The exciting thing about the combination of lenvatinib and everolimus is that it combines 2 drugs that work by different mechanisms of action, different ways to attack the cancer, and there doesn’t appear to be toxicities that overlap too significantly. There’s a TKI, as well as an mTOR inhibitor, [which are different ways of treating the same disease]. Lenvatinib has other mechanisms, as well.
This is a useful combination for introducing different mechanisms of action. Now you can use a checkpoint inhibitor plus a TKI in the first-line setting. We’re now also introducing a third mechanism, which is the mTOR inhibitor class.
Now we have options with TKIs, MEK inhibitors, mTOR inhibitors, VEGF-antibody therapy, and immunotherapy. HIF hypoxia inducible factor targeting [is also being studied]. I use an analogy for patients that the treatment for [patients with] RCC is like my wife’s closet of black shoes. My wife doesn’t look in her closet and say she has 1 best pair of black shoes. She chooses the right shoe for the right occasion. Just as my wife has multiple options in her shoe closet, patients with RCC have multiple treatment options.
The first thing is the patient’s wishes. Every oncologist always wants to incorporate the goals of their patients. From there, knowing what their prior therapies were is important. We use an algorithm that includes patients’ prior therapies, wishes, and different mechanism of action.
A useful analogy to think of is that patients in second- and third-line therapy are often not at the same performance status as patients in front-line therapy.
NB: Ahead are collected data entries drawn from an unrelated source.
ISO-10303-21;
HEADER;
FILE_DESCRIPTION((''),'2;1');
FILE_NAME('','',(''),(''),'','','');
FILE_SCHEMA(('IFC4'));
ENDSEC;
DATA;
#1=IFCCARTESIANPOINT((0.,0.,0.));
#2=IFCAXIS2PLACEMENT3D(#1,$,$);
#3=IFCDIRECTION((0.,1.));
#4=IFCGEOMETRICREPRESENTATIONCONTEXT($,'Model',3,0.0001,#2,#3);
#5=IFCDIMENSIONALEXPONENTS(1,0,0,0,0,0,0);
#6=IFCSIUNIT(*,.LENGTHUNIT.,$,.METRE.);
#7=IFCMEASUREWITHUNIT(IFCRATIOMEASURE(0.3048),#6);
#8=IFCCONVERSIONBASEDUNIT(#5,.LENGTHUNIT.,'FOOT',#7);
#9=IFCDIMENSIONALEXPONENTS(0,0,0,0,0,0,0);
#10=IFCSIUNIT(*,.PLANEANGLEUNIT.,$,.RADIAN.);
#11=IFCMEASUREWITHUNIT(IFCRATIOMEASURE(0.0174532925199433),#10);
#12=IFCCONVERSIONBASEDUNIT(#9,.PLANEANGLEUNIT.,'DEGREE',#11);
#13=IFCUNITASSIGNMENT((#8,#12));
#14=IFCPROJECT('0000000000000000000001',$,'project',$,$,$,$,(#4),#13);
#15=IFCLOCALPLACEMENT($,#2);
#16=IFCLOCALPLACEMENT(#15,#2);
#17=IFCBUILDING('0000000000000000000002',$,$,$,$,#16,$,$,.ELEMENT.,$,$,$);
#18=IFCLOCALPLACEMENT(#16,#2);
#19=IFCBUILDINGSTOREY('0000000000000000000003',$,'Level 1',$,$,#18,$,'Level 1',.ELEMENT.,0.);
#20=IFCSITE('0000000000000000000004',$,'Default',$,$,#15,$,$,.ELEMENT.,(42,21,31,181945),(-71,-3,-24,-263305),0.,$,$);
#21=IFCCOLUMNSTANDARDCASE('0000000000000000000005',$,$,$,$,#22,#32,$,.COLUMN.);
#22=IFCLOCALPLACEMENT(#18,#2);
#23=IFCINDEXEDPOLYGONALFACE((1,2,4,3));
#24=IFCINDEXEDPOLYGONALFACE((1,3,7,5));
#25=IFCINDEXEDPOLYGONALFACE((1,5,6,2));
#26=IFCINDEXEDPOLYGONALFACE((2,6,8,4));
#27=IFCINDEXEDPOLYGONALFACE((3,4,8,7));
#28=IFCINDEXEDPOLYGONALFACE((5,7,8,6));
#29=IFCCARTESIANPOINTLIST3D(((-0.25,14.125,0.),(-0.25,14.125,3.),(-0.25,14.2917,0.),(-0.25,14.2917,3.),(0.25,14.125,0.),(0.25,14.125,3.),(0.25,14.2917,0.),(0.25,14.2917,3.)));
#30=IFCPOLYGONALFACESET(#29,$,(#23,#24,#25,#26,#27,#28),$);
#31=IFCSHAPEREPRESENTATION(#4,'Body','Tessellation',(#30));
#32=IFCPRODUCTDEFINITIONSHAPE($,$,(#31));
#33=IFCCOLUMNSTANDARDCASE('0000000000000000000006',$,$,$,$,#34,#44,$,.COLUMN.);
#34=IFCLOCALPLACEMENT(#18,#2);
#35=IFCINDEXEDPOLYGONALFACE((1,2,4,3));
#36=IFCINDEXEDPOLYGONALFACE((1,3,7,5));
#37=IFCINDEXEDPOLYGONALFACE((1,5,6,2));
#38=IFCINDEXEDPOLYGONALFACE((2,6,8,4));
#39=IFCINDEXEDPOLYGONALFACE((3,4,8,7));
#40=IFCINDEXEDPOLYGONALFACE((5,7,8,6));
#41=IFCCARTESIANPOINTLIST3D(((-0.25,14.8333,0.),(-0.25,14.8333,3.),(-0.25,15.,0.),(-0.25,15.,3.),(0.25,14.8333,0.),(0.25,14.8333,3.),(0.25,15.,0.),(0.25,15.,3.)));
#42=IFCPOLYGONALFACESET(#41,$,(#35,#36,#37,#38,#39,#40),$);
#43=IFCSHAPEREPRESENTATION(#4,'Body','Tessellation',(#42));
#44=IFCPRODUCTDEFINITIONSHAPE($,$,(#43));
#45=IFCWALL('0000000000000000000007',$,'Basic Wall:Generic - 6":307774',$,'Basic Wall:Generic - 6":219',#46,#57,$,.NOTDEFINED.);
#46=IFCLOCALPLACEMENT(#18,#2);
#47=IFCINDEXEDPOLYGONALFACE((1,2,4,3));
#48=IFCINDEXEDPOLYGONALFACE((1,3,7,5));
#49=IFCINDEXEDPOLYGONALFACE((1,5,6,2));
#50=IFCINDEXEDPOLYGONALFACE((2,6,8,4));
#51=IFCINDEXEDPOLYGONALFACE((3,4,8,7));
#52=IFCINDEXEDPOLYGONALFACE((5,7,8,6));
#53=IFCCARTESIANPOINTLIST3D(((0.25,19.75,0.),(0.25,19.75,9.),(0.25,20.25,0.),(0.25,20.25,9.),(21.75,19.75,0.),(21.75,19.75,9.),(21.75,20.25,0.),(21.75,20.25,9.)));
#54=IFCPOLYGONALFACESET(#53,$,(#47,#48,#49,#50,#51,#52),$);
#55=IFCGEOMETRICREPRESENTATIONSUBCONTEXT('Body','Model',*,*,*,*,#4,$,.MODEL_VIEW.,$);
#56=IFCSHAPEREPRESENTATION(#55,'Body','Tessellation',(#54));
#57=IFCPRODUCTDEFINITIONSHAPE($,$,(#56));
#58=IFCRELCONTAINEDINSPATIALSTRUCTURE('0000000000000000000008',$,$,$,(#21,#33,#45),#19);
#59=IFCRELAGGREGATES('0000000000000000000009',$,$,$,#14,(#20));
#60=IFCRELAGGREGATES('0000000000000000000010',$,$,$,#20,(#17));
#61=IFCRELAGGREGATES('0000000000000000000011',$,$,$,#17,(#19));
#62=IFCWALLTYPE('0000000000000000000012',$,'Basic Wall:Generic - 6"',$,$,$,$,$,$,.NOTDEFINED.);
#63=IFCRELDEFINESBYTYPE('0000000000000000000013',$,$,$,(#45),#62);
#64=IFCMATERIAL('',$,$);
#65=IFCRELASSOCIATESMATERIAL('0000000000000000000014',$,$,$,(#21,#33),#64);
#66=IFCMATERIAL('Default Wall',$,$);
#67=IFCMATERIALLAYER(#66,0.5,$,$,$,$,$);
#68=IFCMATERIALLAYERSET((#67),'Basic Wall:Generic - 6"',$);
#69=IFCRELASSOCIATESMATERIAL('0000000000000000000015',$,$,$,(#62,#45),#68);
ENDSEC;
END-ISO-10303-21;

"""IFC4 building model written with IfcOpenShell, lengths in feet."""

from ifc_helpers import new_model, entity, si_unit, converted_unit, direction, frame, frame_2d, origin, place, context, subcontext, project, spatial, polyline, rectangle, extrude, clip, bounded_halfspace, material, layer, layer_set, layer_usage, type_object, element, save


model = new_model("IFC4")

# Units and contexts
model_context = context("Model", 3, precision=0.0001, world=origin(), true_north=direction((0.0, 1.0)))
body_context = subcontext(model_context, "Body", "Model", "MODEL_VIEW")
ifc_project = project(units=[converted_unit("LENGTHUNIT", "FOOT", entity("IfcRatioMeasure", 0.3048), si_unit("LENGTHUNIT", "METRE"), dimensions=[1, 0, 0, 0, 0, 0, 0]), converted_unit("PLANEANGLEUNIT", "DEGREE", entity("IfcRatioMeasure", 0.0174532925199433), si_unit("PLANEANGLEUNIT", "RADIAN"), dimensions=[0, 0, 0, 0, 0, 0, 0])], contexts=[model_context])

# Site, building, storey
site_placement = place(None, origin())
site = spatial("IfcSite", under=ifc_project, at=site_placement, Name="Default", CompositionType="ELEMENT", RefLatitude=(42, 21, 31, 181945), RefLongitude=(-71, -3, -24, -263305), RefElevation=0.0)
building_placement = place(site_placement, origin())
building = spatial("IfcBuilding", under=site, at=building_placement, CompositionType="ELEMENT")
storey_placement = place(building_placement, origin())
storey = spatial("IfcBuildingStorey", under=building, at=storey_placement, Name="Level 1", LongName="Level 1", CompositionType="ELEMENT", Elevation=0.0)

# Columns
placement = place(storey_placement, frame((0.0, -0.25, 0.0), z_axis=(0.0, 0.0, 1.0), x_axis=(0.0, 1.0, 0.0)))
ifc_material_1 = material(Name="")
for number, where, z_axis, x_axis in (
    (1, (14.4583, 0.0, 0.0), (0.0, 0.0, 1.0), (1.0, 0.0, 0.0)),
    (2, (15.1667, 0.0, 0.0), (0.0, 0.0, 1.0), (1.0, 0.0, 0.0)),
):
    element("IfcColumnStandardCase", number, at=place(placement, frame(where, z_axis=z_axis, x_axis=x_axis)), inside=storey, material=ifc_material_1, PredefinedType="COLUMN", context=model_context, shape_type="SweptSolid", body=[
        extrude(rectangle(XDim=0.1667, YDim=0.5), origin(), (0.0, 0.0, 1.0), 3.0),
    ])
wall_placement = place(storey_placement, frame((0.25, 20.0, 0.0)))

# Wall
ifc_material_2 = material(Name="Default Wall")
ifc_layer = layer(ifc_material_2, 0.5)
ifc_layer_set = layer_set([ifc_layer], Name="Basic Wall:Generic - 6\"")
ifc_layer_usage = layer_usage(ifc_layer_set, "AXIS2", "NEGATIVE", 0.25)
wall_type = type_object("IfcWallType", Name="Basic Wall:Generic - 6\"", PredefinedType="NOTDEFINED", material=ifc_layer_set)
element("IfcWall", 3, at=wall_placement, inside=storey, type_object=wall_type, material=ifc_layer_usage, Name="Basic Wall:Generic - 6\":307774", ObjectType="Basic Wall:Generic - 6\":219", PredefinedType="NOTDEFINED", context=body_context, shape_type="Clipping", body=[
    clip(clip(extrude(rectangle(XDim=21.5, YDim=0.5, at=frame_2d((10.75, 0.0), x_axis=(-1.0, 0.0))), origin(), (0.0, 0.0, 1.0), 9.0), bounded_halfspace(frame((21.5, -0.25, 9.0), z_axis=(0.0, 0.0, -1.0), x_axis=(0.0, -1.0, 0.0)), True, frame((21.5, -0.25, 9.0)), polyline([(0.0, 0.0), (0.0, 0.5), (-12.0, 0.5), (-12.0, 0.0), (-11.5, 0.0), (0.0, 0.0)]))), bounded_halfspace(frame((0.0, -0.25, 9.0), z_axis=(0.0, 0.0, -1.0), x_axis=(0.0, -1.0, 0.0)), True, frame((0.0, -0.25, 9.0)), polyline([(0.0, 0.0), (9.5, 0.0), (9.5, 0.5), (0.0, 0.5), (0.0, 0.0)]))),
])

save(model, "model.ifc")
A useful analogy is that it’s tough to wear heels all day. If the heels stop working and your feet are tired, you need to switch to a sandal or something that is more comfortable. If patients can’t wear the heels they started off with, they might need a different shoe that’s more comfortable and better fits their needs.
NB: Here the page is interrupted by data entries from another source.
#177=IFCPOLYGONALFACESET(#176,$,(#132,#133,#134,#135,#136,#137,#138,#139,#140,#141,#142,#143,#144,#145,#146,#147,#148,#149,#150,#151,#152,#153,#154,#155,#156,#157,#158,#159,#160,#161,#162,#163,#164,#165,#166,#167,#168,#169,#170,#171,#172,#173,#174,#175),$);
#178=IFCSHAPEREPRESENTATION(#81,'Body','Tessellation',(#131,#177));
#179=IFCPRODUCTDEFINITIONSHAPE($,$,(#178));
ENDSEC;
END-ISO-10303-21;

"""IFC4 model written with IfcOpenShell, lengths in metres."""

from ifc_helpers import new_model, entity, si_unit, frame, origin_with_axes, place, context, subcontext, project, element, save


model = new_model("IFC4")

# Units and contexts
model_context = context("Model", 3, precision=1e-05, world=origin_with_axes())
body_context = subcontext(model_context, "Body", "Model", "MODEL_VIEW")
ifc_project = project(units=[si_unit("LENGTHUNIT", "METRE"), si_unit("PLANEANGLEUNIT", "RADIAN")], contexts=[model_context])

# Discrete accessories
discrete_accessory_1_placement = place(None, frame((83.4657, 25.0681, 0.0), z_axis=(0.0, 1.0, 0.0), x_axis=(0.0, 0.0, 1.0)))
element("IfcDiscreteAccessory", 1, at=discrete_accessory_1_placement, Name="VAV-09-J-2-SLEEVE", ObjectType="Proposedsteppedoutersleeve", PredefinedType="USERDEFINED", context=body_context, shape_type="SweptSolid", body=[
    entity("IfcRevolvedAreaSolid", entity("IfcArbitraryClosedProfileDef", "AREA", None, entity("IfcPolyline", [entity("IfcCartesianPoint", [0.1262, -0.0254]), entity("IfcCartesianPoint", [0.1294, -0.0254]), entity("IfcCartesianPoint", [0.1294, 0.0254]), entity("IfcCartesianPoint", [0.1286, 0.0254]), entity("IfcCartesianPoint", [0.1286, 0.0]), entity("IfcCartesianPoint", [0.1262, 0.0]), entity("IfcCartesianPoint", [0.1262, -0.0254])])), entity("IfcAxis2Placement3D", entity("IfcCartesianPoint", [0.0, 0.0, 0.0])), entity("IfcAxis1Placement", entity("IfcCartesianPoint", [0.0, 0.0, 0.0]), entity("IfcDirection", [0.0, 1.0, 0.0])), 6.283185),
I encourage all patients and family members to talk with their oncologists about the wide array of treatment options they have. We can tailor treatments based upon patients’ performance statuses and priorities.
[This space is also growing.] The investigators who spoke at the IPC event are engaged [in research] and trying to find new therapies. Ideally, the goal is to try to cure patients of advanced disease. However, we’re definitely improving lives and extending life and quality of life, as well.